Instructions to follow - Produce an exact transcript of all the records.

[Records from a collection]
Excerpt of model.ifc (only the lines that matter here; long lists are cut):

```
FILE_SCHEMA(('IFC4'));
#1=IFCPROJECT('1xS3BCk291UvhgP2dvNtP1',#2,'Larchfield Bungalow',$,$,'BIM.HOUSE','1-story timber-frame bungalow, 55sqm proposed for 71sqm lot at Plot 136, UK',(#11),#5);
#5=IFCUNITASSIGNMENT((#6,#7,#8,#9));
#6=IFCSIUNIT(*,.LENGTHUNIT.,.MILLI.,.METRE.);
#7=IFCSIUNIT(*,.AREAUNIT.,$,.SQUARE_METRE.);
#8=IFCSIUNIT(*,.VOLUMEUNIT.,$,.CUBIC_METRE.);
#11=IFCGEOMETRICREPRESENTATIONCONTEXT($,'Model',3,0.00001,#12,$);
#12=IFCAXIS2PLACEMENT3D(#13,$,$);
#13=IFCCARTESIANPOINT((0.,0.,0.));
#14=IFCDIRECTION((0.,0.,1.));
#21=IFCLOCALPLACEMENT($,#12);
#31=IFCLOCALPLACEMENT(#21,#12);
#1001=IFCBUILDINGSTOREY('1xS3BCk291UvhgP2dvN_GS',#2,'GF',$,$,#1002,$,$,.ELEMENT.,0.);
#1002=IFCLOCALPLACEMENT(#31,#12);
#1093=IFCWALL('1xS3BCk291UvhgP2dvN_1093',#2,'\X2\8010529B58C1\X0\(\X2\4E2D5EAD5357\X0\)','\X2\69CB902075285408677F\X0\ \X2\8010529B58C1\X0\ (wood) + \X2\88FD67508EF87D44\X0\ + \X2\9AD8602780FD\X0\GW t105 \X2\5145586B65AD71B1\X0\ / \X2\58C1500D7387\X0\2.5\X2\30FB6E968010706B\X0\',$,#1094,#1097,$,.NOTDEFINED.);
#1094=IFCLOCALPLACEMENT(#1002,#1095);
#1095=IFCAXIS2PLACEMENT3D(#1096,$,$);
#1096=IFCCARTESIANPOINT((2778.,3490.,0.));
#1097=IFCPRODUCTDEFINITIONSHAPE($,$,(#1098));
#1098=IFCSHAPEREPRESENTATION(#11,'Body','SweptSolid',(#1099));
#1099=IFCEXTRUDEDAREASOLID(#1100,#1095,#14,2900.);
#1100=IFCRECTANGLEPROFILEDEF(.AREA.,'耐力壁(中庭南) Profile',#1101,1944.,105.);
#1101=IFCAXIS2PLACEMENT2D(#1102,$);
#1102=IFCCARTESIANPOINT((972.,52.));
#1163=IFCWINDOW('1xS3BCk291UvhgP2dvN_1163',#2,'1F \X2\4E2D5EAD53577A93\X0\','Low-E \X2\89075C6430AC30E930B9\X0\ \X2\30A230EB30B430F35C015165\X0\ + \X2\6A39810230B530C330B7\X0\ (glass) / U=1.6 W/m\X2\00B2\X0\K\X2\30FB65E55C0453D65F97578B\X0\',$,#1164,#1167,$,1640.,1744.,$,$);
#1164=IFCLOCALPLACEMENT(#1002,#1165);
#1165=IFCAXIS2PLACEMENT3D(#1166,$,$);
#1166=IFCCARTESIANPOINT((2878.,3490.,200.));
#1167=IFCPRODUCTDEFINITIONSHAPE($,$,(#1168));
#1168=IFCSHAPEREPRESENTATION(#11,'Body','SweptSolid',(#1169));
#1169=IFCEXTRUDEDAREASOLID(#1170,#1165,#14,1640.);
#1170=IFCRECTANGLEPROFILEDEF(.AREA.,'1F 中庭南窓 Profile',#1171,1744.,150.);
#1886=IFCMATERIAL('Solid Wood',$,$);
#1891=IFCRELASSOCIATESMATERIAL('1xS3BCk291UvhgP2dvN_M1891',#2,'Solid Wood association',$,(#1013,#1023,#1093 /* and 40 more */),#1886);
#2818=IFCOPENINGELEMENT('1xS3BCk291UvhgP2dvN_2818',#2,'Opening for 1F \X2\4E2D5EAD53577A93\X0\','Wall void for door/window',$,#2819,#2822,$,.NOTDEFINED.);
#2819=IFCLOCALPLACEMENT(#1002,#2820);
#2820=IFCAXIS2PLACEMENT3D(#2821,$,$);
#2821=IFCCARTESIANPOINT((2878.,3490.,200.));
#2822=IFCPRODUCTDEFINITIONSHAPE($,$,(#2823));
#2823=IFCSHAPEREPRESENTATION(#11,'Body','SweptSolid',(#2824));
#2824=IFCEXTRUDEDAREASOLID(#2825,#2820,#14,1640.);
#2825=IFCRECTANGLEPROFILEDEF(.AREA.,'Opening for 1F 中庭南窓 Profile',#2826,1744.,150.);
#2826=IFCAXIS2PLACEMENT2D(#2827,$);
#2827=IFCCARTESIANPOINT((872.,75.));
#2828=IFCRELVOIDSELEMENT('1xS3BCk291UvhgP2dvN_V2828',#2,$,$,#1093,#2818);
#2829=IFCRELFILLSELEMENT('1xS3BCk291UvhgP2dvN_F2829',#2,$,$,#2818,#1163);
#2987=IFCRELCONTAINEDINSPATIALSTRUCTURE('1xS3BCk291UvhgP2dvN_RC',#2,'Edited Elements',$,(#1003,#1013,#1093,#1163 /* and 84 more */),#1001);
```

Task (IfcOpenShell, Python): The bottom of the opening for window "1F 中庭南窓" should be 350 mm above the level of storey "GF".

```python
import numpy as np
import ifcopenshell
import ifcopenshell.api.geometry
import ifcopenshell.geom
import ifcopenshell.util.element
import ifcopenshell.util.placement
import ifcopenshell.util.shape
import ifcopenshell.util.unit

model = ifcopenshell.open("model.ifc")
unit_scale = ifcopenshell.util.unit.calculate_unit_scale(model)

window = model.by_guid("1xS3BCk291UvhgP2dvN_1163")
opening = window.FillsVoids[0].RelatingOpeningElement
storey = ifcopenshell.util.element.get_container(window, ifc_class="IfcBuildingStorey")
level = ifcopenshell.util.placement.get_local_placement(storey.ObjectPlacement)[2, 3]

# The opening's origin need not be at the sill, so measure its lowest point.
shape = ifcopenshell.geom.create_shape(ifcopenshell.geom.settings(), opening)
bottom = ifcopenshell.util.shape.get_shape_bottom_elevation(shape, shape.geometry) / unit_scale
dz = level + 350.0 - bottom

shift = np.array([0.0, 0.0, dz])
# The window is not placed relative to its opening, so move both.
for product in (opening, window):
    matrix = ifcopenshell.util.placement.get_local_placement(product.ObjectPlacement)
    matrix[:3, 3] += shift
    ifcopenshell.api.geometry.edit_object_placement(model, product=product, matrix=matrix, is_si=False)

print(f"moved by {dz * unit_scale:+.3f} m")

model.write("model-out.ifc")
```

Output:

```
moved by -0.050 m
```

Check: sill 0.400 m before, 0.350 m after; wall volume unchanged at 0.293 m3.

Answer section -
Excerpt of model.ifc (only the lines that matter here; long lists are cut):

```
FILE_SCHEMA(('IFC4'));
#1=IFCPROJECT('1xS3BCk291UvhgP2dvNtP1',#2,'Larchfield Bungalow',$,$,'BIM.HOUSE','1-story timber-frame bungalow, 55sqm proposed for 71sqm lot at Plot 136, UK',(#11),#5);
#5=IFCUNITASSIGNMENT((#6,#7,#8,#9));
#6=IFCSIUNIT(*,.LENGTHUNIT.,.MILLI.,.METRE.);
#7=IFCSIUNIT(*,.AREAUNIT.,$,.SQUARE_METRE.);
#8=IFCSIUNIT(*,.VOLUMEUNIT.,$,.CUBIC_METRE.);
#11=IFCGEOMETRICREPRESENTATIONCONTEXT($,'Model',3,0.00001,#12,$);
#12=IFCAXIS2PLACEMENT3D(#13,$,$);
#13=IFCCARTESIANPOINT((0.,0.,0.));
#14=IFCDIRECTION((0.,0.,1.));
#21=IFCLOCALPLACEMENT($,#12);
#31=IFCLOCALPLACEMENT(#21,#12);
#1001=IFCBUILDINGSTOREY('1xS3BCk291UvhgP2dvN_GS',#2,'GF',$,$,#1002,$,$,.ELEMENT.,0.);
#1002=IFCLOCALPLACEMENT(#31,#12);
#1093=IFCWALL('1xS3BCk291UvhgP2dvN_1093',#2,'\X2\8010529B58C1\X0\(\X2\4E2D5EAD5357\X0\)','\X2\69CB902075285408677F\X0\ \X2\8010529B58C1\X0\ (wood) + \X2\88FD67508EF87D44\X0\ + \X2\9AD8602780FD\X0\GW t105 \X2\5145586B65AD71B1\X0\ / \X2\58C1500D7387\X0\2.5\X2\30FB6E968010706B\X0\',$,#1094,#1097,$,.NOTDEFINED.);
#1094=IFCLOCALPLACEMENT(#1002,#1095);
#1095=IFCAXIS2PLACEMENT3D(#1096,$,$);
#1096=IFCCARTESIANPOINT((2778.,3490.,0.));
#1097=IFCPRODUCTDEFINITIONSHAPE($,$,(#1098));
#1098=IFCSHAPEREPRESENTATION(#11,'Body','SweptSolid',(#1099));
#1099=IFCEXTRUDEDAREASOLID(#1100,#1095,#14,2900.);
#1100=IFCRECTANGLEPROFILEDEF(.AREA.,'耐力壁(中庭南) Profile',#1101,1944.,105.);
#1101=IFCAXIS2PLACEMENT2D(#1102,$);
#1102=IFCCARTESIANPOINT((972.,52.));
#1163=IFCWINDOW('1xS3BCk291UvhgP2dvN_1163',#2,'1F \X2\4E2D5EAD53577A93\X0\','Low-E \X2\89075C6430AC30E930B9\X0\ \X2\30A230EB30B430F35C015165\X0\ + \X2\6A39810230B530C330B7\X0\ (glass) / U=1.6 W/m\X2\00B2\X0\K\X2\30FB65E55C0453D65F97578B\X0\',$,#1164,#1167,$,1640.,1744.,$,$);
#1164=IFCLOCALPLACEMENT(#1002,#1165);
#1165=IFCAXIS2PLACEMENT3D(#1166,$,$);
#1166=IFCCARTESIANPOINT((2878.,3490.,200.));
#1167=IFCPRODUCTDEFINITIONSHAPE($,$,(#1168));
#1168=IFCSHAPEREPRESENTATION(#11,'Body','SweptSolid',(#1169));
#1169=IFCEXTRUDEDAREASOLID(#1170,#1165,#14,1640.);
#1170=IFCRECTANGLEPROFILEDEF(.AREA.,'1F 中庭南窓 Profile',#1171,1744.,150.);
#1886=IFCMATERIAL('Solid Wood',$,$);
#1891=IFCRELASSOCIATESMATERIAL('1xS3BCk291UvhgP2dvN_M1891',#2,'Solid Wood association',$,(#1013,#1023,#1093 /* and 40 more */),#1886);
#2818=IFCOPENINGELEMENT('1xS3BCk291UvhgP2dvN_2818',#2,'Opening for 1F \X2\4E2D5EAD53577A93\X0\','Wall void for door/window',$,#2819,#2822,$,.NOTDEFINED.);
#2819=IFCLOCALPLACEMENT(#1002,#2820);
#2820=IFCAXIS2PLACEMENT3D(#2821,$,$);
#2821=IFCCARTESIANPOINT((2878.,3490.,200.));
#2822=IFCPRODUCTDEFINITIONSHAPE($,$,(#2823));
#2823=IFCSHAPEREPRESENTATION(#11,'Body','SweptSolid',(#2824));
#2824=IFCEXTRUDEDAREASOLID(#2825,#2820,#14,1640.);
#2825=IFCRECTANGLEPROFILEDEF(.AREA.,'Opening for 1F 中庭南窓 Profile',#2826,1744.,150.);
#2826=IFCAXIS2PLACEMENT2D(#2827,$);
#2827=IFCCARTESIANPOINT((872.,75.));
#2828=IFCRELVOIDSELEMENT('1xS3BCk291UvhgP2dvN_V2828',#2,$,$,#1093,#2818);
#2829=IFCRELFILLSELEMENT('1xS3BCk291UvhgP2dvN_F2829',#2,$,$,#2818,#1163);
#2987=IFCRELCONTAINEDINSPATIALSTRUCTURE('1xS3BCk291UvhgP2dvN_RC',#2,'Edited Elements',$,(#1003,#1013,#1093,#1163 /* and 84 more */),#1001);
```

Task (IfcOpenShell, Python): The bottom of the opening for window "1F 中庭南窓" should be 350 mm above the level of storey "GF".

```python
import numpy as np
import ifcopenshell
import ifcopenshell.api.geometry
import ifcopenshell.geom
import ifcopenshell.util.element
import ifcopenshell.util.placement
import ifcopenshell.util.shape
import ifcopenshell.util.unit

model = ifcopenshell.open("model.ifc")
unit_scale = ifcopenshell.util.unit.calculate_unit_scale(model)

window = model.by_guid("1xS3BCk291UvhgP2dvN_1163")
opening = window.FillsVoids[0].RelatingOpeningElement
storey = ifcopenshell.util.element.get_container(window, ifc_class="IfcBuildingStorey")
level = ifcopenshell.util.placement.get_local_placement(storey.ObjectPlacement)[2, 3]

# The opening's origin need not be at the sill, so measure its lowest point.
shape = ifcopenshell.geom.create_shape(ifcopenshell.geom.settings(), opening)
bottom = ifcopenshell.util.shape.get_shape_bottom_elevation(shape, shape.geometry) / unit_scale
dz = level + 350.0 - bottom

shift = np.array([0.0, 0.0, dz])
# The window is not placed relative to its opening, so move both.
for product in (opening, window):
    matrix = ifcopenshell.util.placement.get_local_placement(product.ObjectPlacement)
    matrix[:3, 3] += shift
    ifcopenshell.api.geometry.edit_object_placement(model, product=product, matrix=matrix, is_si=False)

print(f"moved by {dz * unit_scale:+.3f} m")

model.write("model-out.ifc")
```

Output:

```
moved by -0.050 m
```

Check: sill 0.400 m before, 0.350 m after; wall volume unchanged at 0.293 m3.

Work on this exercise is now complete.